# You are required to predict the used car price by using linear regression and write a report on the process.

INSTRUCTIONS TO CANDIDATES

4KG3 Assignment 1 – Linear regression for prediction

Total Marks: 15 points

You are required to predict the used car price by using linear regression and write a report on the process. The data set is ToyotaCorolla1000.jmp on avenue. There are 1000 records and details on 11 variables, including Price, Age, KM, HP and other specifications. The goal is to build a linear regression model to predict the price. Watch the assignment-1 video posted on avenue for the steps. The objective of this assignment is to demonstrate that (i) you know how to use JMP Pro to carry out linear regression, (ii) you have adequate understanding of the associated concepts and (iii) your understanding of its business value.

Objectives:

Learn how to use linear regression for prediction.

1. Using data visualization for initial variable investigation and selection (20%)

(a) What are the distributions for the dependent and independent variables?

(b) How do they related to each other?

(c) What appears to be the three or four most important car specifications for predicting the used car price?

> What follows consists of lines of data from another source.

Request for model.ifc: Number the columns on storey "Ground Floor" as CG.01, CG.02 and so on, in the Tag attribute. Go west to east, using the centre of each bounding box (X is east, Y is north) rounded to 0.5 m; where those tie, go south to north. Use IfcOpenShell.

First a look at what the model holds.

```python
import ifcopenshell
import ifcopenshell.util.element
import ifcopenshell.util.placement

model = ifcopenshell.open("model.ifc")
print(model.schema)
storey = next(s for s in model.by_type("IfcBuildingStorey") if s.Name == "Ground Floor")
columns = [e for e in ifcopenshell.util.element.get_decomposition(storey) if e.is_a("IfcColumn")]
for e in sorted(columns, key=lambda e: e.id()):
    origin = ifcopenshell.util.placement.get_local_placement(e.ObjectPlacement)[:3, 3]
    print(e.id(), e.Tag, e.Name, origin.round(2) + 0.0, sep=" | ")
```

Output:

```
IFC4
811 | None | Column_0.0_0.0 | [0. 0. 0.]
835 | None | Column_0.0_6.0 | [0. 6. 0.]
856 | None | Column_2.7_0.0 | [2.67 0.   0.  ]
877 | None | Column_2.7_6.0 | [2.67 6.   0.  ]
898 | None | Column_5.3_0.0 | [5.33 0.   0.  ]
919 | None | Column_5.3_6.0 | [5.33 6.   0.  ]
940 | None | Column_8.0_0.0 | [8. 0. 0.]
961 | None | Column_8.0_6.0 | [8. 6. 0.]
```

```python
import ifcopenshell
import ifcopenshell.geom
import ifcopenshell.util.element
import ifcopenshell.util.shape

model = ifcopenshell.open("model.ifc")
settings = ifcopenshell.geom.settings()
settings.set("use-world-coords", True)


def centre(element):
    shape = ifcopenshell.geom.create_shape(settings, element)
    return ifcopenshell.util.shape.get_bbox_centroid(shape.geometry)


storey = next(s for s in model.by_type("IfcBuildingStorey") if s.Name == "Ground Floor")
columns = [e for e in ifcopenshell.util.element.get_decomposition(storey) if e.is_a("IfcColumn")]

# Insertion points can sit at a corner or the storey origin, so sort by the geometry (in metres).
centres = {e: centre(e) for e in columns}
columns.sort(key=lambda e: (round(centres[e][0] / 0.5), centres[e][1]))

for i, e in enumerate(columns, start=1):
    number = f"CG.{i:02d}"
    e.Tag = number
    print(e.id(), number)

model.write("model-out.ifc")
```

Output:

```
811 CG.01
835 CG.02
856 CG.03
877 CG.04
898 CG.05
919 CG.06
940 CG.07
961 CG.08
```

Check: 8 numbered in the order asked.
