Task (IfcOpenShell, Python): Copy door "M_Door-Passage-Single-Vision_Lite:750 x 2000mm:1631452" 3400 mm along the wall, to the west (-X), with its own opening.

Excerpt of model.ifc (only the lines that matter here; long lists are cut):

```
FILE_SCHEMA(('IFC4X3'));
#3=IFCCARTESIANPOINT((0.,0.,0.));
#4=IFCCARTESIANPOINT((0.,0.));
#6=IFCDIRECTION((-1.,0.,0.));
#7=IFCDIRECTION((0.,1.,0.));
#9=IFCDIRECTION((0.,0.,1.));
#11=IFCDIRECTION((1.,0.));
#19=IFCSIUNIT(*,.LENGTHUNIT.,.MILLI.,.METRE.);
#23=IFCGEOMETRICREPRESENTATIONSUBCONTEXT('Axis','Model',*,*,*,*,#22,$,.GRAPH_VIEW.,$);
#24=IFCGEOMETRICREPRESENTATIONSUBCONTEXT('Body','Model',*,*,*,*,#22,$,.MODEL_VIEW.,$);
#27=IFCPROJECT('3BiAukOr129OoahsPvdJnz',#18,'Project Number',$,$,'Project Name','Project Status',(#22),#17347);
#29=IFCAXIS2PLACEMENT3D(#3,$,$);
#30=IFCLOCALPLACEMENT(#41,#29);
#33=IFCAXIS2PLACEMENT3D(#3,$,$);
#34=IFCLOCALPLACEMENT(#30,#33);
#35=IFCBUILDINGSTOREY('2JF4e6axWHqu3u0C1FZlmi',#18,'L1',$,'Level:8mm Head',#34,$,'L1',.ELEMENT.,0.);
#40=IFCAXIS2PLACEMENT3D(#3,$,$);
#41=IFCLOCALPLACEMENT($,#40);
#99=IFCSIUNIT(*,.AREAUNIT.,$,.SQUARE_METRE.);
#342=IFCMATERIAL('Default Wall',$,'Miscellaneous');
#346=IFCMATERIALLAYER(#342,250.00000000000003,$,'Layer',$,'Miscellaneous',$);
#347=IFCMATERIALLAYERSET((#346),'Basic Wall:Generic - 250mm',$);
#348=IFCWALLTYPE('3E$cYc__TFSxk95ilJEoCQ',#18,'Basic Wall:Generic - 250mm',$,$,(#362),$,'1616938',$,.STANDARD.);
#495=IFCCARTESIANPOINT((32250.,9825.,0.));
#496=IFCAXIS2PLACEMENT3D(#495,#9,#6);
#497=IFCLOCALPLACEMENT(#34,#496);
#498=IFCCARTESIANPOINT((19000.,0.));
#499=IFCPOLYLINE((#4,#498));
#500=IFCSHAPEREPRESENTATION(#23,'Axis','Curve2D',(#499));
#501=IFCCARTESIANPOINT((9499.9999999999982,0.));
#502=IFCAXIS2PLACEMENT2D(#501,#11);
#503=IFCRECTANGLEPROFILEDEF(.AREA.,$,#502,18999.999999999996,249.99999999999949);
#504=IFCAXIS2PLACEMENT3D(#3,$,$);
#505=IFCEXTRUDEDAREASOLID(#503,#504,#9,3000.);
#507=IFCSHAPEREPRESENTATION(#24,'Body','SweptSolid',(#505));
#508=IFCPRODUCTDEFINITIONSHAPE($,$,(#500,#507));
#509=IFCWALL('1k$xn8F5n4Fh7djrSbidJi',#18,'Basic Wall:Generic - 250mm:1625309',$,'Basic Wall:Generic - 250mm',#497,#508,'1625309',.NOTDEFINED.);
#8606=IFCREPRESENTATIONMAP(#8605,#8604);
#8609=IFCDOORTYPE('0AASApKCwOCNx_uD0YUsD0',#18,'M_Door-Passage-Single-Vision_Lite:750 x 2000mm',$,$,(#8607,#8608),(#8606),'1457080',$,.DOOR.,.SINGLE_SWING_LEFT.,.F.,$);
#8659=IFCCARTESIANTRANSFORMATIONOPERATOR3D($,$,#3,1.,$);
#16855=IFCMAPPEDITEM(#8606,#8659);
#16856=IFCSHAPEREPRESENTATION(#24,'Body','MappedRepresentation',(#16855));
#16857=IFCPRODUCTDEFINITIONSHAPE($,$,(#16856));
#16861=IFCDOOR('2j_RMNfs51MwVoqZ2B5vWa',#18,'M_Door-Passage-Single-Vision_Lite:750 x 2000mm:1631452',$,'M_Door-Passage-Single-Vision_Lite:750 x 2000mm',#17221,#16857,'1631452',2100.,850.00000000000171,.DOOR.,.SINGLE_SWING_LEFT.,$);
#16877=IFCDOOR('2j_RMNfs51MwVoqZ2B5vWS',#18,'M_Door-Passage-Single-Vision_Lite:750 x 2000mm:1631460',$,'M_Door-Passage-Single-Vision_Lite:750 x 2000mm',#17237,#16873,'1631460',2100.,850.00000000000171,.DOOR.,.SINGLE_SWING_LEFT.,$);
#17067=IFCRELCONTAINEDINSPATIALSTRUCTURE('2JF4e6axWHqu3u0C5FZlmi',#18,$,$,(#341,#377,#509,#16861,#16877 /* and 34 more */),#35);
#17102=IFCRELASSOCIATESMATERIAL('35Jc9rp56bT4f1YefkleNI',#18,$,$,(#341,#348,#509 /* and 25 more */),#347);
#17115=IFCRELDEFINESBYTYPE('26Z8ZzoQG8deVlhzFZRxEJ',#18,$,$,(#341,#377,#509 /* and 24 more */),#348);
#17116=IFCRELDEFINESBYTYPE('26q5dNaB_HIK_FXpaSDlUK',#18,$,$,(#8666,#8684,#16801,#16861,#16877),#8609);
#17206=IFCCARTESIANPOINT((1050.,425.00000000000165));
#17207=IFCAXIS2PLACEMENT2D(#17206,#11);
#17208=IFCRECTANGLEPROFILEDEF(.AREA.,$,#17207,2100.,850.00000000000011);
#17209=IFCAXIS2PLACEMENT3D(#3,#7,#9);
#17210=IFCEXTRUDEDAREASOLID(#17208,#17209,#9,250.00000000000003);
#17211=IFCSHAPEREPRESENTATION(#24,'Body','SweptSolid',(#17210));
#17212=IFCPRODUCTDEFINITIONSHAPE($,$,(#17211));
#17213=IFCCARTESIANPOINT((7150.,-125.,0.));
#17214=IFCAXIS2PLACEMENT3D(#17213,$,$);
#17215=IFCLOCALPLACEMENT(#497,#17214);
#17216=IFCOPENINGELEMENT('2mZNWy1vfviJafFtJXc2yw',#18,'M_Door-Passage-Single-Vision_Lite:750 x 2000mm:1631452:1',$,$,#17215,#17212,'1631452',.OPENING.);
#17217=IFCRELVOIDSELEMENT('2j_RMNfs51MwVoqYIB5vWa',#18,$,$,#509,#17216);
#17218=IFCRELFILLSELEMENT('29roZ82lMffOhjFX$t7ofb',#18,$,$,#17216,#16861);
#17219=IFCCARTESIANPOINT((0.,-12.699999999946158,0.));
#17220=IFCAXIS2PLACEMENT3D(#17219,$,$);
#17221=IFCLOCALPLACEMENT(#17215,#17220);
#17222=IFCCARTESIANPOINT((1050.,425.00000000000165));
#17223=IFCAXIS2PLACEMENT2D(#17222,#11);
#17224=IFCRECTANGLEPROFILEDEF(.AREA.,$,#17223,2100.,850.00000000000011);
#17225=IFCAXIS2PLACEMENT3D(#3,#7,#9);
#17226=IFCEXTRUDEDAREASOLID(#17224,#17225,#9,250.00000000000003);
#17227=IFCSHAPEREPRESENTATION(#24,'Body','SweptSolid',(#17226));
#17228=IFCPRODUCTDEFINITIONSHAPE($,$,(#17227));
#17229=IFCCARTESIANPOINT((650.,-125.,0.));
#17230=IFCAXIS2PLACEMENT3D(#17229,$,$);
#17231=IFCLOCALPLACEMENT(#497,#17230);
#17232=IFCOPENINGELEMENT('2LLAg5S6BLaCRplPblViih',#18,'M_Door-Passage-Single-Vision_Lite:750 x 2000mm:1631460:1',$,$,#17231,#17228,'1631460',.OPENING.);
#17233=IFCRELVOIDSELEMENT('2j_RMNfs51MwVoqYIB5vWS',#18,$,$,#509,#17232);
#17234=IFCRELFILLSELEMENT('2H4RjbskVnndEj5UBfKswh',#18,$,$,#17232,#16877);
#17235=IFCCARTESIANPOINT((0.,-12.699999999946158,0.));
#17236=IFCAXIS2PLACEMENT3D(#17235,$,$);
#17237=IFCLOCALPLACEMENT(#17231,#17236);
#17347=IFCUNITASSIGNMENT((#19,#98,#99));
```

```python
import ifcopenshell
import ifcopenshell.api.feature
import ifcopenshell.api.geometry
import ifcopenshell.api.root
import ifcopenshell.geom
import ifcopenshell.util.element
import ifcopenshell.util.placement
import ifcopenshell.util.shape

model = ifcopenshell.open("model.ifc")
settings = ifcopenshell.geom.settings()


def volume(element):
    """Net volume in cubic metres, openings subtracted."""
    shape = ifcopenshell.geom.create_shape(settings, element)
    return ifcopenshell.util.shape.get_volume(shape.geometry)


def reuse_history(source, copy):
    """copy_class also copies each property set's owner history, people and application; keep the originals."""
    for rel in copy.IsDefinedBy:
        if rel.is_a("IfcRelDefinesByProperties") and (history := rel.RelatingPropertyDefinition.OwnerHistory):
            rel.RelatingPropertyDefinition.OwnerHistory = source.OwnerHistory
            ifcopenshell.util.element.remove_deep2(model, history)


door = model.by_guid("2j_RMNfs51MwVoqZ2B5vWa")
opening = door.FillsVoids[0].RelatingOpeningElement
wall = opening.VoidsElements[0].RelatingBuildingElement
before = volume(wall)
shift = ifcopenshell.util.placement.get_local_placement(wall.ObjectPlacement)[:3, 0] * 3400.0

# copy_class copies the void relationship, type, container and properties, but no geometry.
new_opening = ifcopenshell.api.root.copy_class(model, product=opening)
new_opening.Representation = ifcopenshell.util.element.copy_deep(
    model, opening.Representation, exclude=["IfcGeometricRepresentationContext", "IfcRepresentationMap"]
)
new_opening.Name = "M_Door-Passage-Single-Vision_Lite:750 x 2000mm"
new_opening.Tag = None
new_door = ifcopenshell.api.root.copy_class(model, product=door)
new_door.Representation = ifcopenshell.util.element.copy_deep(
    model, door.Representation, exclude=["IfcGeometricRepresentationContext", "IfcRepresentationMap"]
)
new_door.Name = "M_Door-Passage-Single-Vision_Lite:750 x 2000mm"
new_door.Tag = None
reuse_history(door, new_door)
ifcopenshell.api.feature.add_filling(model, opening=new_opening, element=new_door)

for old, new in ((opening, new_opening), (door, new_door)):
    matrix = ifcopenshell.util.placement.get_local_placement(old.ObjectPlacement)
    matrix[:3, 3] += shift
    ifcopenshell.api.geometry.edit_object_placement(model, product=new, matrix=matrix, is_si=False)

after = volume(wall)

print(f"wall volume {before:.3f} -> {after:.3f} m3")

model.write("model-out.ifc")
```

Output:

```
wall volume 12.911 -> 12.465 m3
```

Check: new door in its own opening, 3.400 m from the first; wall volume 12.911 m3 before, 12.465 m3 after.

2. Data preparation and partition for training, validation, and testing (10%)

(a) Why do we need to convert fuel type to dummy variables?

(b) Why do we need to do data partition?

3. Run a linear regression with all available variables (30%)

(a) What is the mathematical formula of the regression model obtained?

(b) How do you calculate the predicted price and the prediction error (residual) for each record?

(c) Show the error distribution for training, validation and testing? What are the differences between them?

4. Automated variable selection (30%)

(a) What methods have you used for variable selection?

(b) What is the best set of variables you will use? What are the criteria used for selection?

5. Possible real word applications (10%)

(a) What is the potential business value for used car price prediction? For instance, you may consider its possible use for used car sellers or replacement cost evaluation for insurance companies.

(b) Search the web and find out potential utilities of linear regression in other domains such as finance, healthcare etc.

6. Report how much time you have spent on this assignment, what problem you have faced and what you have learned.

Procedures:

1. Access JMP Pro from Vlab or install it on your PC.

2. Download and save the ToyotaCorolla1000.jmp from Avenue and open it with JMP Pro.

3. Data visualization and exploitation.

Use Analyze> Distribution to find the distribution and basic statistics for all variables.